TO DO.
Please transcribe exactly, and only, the lines of the data below between the line holding "of the entity" and the line holding "if shapes is", inclusive.

DATA PROVIDED.
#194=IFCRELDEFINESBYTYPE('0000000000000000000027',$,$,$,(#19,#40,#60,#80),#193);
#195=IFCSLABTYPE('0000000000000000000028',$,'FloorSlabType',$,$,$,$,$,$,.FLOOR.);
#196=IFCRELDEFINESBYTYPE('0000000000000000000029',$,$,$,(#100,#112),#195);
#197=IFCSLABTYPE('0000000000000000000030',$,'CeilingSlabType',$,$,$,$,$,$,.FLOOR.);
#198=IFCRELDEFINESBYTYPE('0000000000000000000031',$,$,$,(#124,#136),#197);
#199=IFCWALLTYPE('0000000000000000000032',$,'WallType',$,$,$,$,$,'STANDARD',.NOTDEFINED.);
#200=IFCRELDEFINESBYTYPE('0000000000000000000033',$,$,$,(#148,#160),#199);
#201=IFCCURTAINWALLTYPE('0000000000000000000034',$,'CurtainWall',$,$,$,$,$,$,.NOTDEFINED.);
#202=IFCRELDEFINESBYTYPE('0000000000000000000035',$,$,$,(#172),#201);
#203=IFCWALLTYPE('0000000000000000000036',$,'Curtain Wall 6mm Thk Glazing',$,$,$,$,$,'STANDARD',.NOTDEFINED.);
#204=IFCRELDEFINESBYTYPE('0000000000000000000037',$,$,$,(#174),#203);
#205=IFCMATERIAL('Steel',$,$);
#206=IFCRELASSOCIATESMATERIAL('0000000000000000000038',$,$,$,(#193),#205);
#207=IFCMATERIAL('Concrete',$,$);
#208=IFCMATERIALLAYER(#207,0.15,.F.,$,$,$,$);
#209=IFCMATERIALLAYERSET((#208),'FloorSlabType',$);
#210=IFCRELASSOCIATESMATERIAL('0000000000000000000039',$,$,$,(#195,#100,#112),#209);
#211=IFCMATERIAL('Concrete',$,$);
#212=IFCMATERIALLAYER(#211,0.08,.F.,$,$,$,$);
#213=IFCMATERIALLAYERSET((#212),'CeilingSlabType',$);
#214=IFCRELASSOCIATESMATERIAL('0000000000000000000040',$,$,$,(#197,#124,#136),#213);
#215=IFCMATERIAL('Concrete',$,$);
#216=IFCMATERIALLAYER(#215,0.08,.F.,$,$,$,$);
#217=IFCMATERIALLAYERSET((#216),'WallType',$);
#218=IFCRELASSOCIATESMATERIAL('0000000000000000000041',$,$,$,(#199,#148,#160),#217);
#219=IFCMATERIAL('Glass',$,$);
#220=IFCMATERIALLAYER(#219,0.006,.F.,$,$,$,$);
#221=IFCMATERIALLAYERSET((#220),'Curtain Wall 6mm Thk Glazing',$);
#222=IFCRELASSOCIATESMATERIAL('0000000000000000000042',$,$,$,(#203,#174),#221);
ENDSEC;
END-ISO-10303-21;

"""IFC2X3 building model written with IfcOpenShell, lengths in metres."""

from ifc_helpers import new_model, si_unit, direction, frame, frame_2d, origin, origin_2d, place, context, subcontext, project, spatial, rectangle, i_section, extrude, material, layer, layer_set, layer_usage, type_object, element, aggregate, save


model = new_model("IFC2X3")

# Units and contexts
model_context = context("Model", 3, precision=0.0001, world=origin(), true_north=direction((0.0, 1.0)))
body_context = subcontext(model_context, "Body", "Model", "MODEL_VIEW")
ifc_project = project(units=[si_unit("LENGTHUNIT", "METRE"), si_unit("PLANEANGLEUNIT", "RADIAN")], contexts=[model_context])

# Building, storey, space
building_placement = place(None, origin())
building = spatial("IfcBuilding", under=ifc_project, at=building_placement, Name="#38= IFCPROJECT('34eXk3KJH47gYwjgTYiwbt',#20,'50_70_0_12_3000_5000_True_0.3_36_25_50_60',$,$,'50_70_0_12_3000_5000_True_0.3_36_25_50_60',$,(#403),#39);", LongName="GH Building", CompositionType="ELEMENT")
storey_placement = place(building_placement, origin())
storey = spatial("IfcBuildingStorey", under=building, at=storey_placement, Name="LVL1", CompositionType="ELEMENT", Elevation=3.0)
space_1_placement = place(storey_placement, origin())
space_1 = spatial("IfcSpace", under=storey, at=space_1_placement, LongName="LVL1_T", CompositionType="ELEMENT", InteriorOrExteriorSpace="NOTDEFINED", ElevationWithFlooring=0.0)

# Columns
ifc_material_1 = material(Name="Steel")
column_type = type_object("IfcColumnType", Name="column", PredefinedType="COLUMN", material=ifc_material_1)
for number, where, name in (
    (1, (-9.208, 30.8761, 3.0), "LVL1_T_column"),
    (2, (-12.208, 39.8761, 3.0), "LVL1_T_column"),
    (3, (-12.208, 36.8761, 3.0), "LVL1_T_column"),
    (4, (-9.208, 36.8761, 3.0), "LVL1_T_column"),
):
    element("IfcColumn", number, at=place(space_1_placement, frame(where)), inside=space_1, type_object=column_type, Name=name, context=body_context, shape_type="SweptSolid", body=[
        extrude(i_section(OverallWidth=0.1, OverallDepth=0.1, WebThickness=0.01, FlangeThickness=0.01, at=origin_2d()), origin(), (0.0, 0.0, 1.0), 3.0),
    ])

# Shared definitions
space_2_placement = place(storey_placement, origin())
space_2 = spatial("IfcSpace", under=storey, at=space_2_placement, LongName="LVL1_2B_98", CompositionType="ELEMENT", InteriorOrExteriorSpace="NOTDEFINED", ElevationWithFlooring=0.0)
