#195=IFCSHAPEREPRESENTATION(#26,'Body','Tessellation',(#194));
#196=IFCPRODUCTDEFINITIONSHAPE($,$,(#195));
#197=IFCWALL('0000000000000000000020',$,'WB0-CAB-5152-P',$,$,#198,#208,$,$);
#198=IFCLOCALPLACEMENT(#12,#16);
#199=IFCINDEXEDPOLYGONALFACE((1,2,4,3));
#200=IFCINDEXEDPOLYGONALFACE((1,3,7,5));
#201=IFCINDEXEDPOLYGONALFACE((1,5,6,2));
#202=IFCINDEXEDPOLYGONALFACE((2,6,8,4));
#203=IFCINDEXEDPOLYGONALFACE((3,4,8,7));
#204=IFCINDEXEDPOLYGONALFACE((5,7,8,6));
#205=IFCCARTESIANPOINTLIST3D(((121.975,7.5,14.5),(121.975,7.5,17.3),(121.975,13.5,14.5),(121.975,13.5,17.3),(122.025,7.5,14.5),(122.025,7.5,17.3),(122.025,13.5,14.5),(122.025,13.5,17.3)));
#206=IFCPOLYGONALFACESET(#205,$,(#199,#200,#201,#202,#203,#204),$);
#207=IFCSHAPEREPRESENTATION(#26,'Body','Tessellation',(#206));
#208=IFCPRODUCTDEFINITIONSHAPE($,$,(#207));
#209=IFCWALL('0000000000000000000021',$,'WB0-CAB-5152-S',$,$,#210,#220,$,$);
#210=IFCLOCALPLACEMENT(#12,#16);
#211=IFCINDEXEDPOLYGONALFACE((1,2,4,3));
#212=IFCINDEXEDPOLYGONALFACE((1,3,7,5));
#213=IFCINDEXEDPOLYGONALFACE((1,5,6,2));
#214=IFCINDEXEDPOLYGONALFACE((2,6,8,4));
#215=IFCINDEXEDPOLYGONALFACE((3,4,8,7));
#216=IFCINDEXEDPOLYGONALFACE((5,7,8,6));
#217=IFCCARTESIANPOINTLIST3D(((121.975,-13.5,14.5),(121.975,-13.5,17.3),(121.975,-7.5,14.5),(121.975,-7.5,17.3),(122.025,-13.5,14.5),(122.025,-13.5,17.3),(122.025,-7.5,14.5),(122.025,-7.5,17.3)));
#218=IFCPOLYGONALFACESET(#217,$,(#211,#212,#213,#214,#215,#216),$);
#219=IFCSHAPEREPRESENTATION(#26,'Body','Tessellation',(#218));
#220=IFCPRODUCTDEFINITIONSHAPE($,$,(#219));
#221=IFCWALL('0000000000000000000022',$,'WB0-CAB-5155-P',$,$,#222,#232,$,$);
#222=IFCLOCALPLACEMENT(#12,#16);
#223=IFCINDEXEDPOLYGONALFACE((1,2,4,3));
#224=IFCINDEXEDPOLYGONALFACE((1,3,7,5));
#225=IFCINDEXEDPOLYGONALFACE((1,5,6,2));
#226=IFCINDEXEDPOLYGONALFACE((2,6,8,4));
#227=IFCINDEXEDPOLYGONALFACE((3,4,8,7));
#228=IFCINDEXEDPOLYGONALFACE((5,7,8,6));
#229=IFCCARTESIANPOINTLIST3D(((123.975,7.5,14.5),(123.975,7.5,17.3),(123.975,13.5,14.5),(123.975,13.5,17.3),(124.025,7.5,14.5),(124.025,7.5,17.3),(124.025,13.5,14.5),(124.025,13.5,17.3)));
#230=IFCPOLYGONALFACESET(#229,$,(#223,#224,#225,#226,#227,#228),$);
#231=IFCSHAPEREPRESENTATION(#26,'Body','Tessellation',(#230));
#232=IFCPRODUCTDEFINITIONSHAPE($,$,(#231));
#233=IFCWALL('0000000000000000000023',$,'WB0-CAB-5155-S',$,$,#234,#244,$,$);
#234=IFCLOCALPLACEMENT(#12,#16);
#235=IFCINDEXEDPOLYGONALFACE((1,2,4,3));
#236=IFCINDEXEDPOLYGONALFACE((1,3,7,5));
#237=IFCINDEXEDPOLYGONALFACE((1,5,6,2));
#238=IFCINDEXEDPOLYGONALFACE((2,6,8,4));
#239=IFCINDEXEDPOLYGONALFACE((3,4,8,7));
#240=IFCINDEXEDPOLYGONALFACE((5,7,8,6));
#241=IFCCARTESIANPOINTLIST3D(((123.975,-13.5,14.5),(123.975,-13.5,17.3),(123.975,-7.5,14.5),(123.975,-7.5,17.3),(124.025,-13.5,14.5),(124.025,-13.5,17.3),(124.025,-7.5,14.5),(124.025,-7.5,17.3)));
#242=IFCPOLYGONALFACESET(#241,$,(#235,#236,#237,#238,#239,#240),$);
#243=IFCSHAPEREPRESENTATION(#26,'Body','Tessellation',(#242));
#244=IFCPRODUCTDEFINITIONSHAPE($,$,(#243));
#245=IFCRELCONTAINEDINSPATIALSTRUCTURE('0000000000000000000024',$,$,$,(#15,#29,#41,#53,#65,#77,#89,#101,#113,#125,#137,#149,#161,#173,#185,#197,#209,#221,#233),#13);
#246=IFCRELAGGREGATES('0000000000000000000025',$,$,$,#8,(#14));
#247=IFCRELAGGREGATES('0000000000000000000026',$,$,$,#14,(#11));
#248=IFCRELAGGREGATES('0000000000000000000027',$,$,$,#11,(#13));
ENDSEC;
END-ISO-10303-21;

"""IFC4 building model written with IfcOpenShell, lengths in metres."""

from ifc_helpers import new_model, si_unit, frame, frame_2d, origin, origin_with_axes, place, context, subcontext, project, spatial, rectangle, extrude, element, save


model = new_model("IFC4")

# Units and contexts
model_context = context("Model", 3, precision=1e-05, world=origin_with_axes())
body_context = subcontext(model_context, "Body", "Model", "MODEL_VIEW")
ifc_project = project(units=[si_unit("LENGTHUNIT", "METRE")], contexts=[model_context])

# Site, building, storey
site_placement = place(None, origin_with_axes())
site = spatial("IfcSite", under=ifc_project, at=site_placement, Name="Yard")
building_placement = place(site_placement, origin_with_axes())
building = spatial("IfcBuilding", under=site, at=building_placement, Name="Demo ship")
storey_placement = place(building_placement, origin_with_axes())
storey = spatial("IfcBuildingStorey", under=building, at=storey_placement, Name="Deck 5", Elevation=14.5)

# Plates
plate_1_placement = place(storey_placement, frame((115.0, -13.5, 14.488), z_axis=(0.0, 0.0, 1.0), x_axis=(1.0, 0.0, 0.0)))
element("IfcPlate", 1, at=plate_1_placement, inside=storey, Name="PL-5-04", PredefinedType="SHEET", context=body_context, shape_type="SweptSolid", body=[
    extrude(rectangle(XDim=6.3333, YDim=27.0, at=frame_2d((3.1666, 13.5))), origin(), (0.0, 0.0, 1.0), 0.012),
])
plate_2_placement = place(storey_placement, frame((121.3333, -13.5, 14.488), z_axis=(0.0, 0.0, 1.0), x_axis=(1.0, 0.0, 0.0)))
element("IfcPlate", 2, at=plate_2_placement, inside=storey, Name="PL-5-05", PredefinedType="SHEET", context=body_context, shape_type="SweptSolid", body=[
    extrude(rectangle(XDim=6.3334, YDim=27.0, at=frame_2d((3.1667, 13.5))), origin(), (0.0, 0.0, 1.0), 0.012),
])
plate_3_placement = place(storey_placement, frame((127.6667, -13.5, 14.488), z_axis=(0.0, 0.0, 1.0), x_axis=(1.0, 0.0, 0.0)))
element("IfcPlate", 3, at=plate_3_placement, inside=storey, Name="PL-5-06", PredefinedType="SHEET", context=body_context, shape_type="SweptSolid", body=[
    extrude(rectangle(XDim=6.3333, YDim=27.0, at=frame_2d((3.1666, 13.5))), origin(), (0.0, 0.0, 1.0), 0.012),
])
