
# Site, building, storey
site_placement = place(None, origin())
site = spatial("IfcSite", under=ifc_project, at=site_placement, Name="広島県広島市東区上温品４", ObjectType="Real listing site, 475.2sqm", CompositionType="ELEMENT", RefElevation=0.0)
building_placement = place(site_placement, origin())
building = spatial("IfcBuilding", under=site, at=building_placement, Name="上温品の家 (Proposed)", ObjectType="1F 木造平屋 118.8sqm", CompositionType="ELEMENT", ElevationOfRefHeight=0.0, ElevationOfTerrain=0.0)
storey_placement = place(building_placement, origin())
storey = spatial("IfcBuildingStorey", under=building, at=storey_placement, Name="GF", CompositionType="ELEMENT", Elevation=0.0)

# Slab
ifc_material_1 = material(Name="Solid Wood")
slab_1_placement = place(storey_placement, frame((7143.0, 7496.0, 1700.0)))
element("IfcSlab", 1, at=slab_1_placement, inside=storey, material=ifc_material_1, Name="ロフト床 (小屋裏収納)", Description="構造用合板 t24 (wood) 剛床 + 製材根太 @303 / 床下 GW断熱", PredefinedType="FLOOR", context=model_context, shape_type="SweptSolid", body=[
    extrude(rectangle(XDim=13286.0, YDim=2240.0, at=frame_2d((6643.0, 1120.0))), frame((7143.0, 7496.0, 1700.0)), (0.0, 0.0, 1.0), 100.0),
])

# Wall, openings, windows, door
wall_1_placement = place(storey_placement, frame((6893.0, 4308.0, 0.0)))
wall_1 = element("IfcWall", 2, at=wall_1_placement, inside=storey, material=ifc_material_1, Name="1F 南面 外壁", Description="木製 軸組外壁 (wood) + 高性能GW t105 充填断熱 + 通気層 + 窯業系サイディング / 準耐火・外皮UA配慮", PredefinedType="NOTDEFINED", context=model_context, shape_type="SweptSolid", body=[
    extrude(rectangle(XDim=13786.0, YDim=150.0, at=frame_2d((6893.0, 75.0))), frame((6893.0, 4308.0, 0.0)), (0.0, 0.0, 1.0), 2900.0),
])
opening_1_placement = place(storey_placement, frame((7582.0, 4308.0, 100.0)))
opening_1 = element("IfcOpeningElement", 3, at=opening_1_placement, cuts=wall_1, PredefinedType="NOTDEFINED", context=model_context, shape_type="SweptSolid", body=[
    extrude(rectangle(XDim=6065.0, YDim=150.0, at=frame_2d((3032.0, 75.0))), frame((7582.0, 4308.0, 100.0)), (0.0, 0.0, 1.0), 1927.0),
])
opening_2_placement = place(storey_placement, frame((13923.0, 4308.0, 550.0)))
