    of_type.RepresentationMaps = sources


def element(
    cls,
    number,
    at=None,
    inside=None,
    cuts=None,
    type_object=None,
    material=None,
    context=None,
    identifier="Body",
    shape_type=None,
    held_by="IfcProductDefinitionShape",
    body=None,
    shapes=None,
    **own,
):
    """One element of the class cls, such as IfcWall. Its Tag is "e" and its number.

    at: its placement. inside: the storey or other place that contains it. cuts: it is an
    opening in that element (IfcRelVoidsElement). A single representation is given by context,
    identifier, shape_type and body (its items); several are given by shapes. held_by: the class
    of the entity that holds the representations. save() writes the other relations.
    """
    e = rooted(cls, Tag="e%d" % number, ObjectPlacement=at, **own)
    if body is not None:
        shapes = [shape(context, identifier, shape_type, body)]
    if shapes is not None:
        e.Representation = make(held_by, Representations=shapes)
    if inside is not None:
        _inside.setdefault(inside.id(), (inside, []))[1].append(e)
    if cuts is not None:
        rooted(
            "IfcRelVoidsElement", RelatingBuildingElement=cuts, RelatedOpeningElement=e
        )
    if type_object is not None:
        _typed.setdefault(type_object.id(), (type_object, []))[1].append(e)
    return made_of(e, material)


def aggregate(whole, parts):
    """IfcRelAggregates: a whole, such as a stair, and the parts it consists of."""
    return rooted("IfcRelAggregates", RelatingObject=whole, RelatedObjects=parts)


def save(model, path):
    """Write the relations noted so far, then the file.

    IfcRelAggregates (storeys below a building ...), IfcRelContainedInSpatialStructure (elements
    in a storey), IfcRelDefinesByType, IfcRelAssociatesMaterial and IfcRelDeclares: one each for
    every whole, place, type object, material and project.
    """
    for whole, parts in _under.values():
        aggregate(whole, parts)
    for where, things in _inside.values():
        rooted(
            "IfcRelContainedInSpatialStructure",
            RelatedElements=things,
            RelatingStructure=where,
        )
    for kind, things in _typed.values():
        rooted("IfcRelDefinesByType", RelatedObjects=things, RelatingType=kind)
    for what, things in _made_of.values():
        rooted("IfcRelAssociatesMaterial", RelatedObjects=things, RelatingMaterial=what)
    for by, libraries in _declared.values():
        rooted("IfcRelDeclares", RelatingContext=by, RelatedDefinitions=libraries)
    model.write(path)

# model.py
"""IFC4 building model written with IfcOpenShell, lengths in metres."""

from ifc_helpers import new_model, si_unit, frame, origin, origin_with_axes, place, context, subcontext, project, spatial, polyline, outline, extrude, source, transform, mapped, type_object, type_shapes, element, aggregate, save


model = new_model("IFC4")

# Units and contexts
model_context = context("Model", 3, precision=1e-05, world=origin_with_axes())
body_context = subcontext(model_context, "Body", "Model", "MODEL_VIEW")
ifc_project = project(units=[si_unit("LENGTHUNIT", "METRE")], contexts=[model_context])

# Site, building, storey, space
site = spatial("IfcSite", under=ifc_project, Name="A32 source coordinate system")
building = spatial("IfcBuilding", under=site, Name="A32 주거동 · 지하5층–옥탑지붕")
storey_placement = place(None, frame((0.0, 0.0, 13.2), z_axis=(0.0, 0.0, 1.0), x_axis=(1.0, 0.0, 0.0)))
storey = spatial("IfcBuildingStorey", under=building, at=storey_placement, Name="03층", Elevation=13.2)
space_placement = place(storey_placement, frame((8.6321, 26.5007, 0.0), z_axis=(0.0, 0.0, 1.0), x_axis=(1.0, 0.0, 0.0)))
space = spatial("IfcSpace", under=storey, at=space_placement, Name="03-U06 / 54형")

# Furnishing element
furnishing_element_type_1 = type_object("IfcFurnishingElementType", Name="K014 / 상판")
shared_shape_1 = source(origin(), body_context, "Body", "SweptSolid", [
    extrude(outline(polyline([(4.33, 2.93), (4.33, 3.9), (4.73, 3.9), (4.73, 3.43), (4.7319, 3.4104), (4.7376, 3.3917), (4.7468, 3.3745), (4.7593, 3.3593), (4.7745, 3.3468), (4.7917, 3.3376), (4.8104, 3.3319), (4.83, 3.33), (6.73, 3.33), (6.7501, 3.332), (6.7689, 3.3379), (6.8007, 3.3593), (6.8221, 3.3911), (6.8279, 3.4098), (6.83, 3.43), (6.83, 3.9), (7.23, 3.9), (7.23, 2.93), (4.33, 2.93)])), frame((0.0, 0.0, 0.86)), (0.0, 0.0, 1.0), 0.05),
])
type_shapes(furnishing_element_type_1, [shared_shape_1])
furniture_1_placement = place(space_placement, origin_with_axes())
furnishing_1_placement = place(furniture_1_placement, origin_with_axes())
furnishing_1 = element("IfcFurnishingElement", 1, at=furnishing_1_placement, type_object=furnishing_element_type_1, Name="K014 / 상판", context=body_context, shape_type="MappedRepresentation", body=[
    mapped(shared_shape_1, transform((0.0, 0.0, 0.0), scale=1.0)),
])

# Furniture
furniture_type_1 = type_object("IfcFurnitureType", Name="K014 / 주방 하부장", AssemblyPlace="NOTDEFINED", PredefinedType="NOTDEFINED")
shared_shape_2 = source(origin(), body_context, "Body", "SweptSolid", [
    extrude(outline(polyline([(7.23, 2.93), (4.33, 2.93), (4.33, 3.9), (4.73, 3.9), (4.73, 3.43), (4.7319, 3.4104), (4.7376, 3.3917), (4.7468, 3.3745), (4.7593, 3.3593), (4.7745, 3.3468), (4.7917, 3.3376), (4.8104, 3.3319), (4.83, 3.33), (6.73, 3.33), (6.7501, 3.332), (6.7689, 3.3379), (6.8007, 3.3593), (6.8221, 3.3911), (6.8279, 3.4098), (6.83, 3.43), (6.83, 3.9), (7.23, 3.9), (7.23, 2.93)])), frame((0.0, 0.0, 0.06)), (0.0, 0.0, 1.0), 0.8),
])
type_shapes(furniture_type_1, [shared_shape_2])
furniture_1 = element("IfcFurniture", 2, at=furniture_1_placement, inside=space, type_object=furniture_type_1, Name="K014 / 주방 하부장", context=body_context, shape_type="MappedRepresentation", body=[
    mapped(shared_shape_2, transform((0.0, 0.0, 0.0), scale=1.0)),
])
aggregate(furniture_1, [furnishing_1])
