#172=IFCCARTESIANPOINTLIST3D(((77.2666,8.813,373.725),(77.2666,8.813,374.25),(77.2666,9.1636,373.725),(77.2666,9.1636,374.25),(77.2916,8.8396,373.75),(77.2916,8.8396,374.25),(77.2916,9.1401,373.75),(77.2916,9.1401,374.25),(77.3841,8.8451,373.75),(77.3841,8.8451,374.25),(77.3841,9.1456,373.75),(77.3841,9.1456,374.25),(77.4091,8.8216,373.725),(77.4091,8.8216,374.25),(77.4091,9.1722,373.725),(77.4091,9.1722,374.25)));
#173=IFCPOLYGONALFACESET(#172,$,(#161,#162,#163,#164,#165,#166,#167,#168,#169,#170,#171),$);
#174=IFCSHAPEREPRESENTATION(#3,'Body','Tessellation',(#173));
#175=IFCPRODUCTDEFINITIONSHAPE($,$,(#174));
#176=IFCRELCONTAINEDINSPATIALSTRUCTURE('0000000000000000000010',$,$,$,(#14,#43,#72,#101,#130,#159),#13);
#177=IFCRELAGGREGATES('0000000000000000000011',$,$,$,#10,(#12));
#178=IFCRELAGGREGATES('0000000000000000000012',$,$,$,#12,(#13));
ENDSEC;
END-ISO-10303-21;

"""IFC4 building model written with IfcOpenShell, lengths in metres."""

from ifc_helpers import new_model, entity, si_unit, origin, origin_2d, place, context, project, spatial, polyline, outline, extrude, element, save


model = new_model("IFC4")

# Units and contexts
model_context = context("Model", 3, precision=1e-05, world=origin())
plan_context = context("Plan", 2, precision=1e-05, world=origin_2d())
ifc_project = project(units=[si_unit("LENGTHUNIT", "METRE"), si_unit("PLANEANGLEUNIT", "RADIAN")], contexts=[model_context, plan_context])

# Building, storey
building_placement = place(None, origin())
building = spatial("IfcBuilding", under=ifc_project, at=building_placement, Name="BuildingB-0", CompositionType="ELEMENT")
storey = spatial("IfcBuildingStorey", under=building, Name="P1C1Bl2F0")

TASK RESULT.
    of the entity that holds the representations. save() writes the other relations.
    """
    e = rooted(cls, Tag="e%d" % number, ObjectPlacement=at, **own)
    if body is not None:
        shapes = [shape(context, identifier, shape_type, body)]
    if shapes is not None:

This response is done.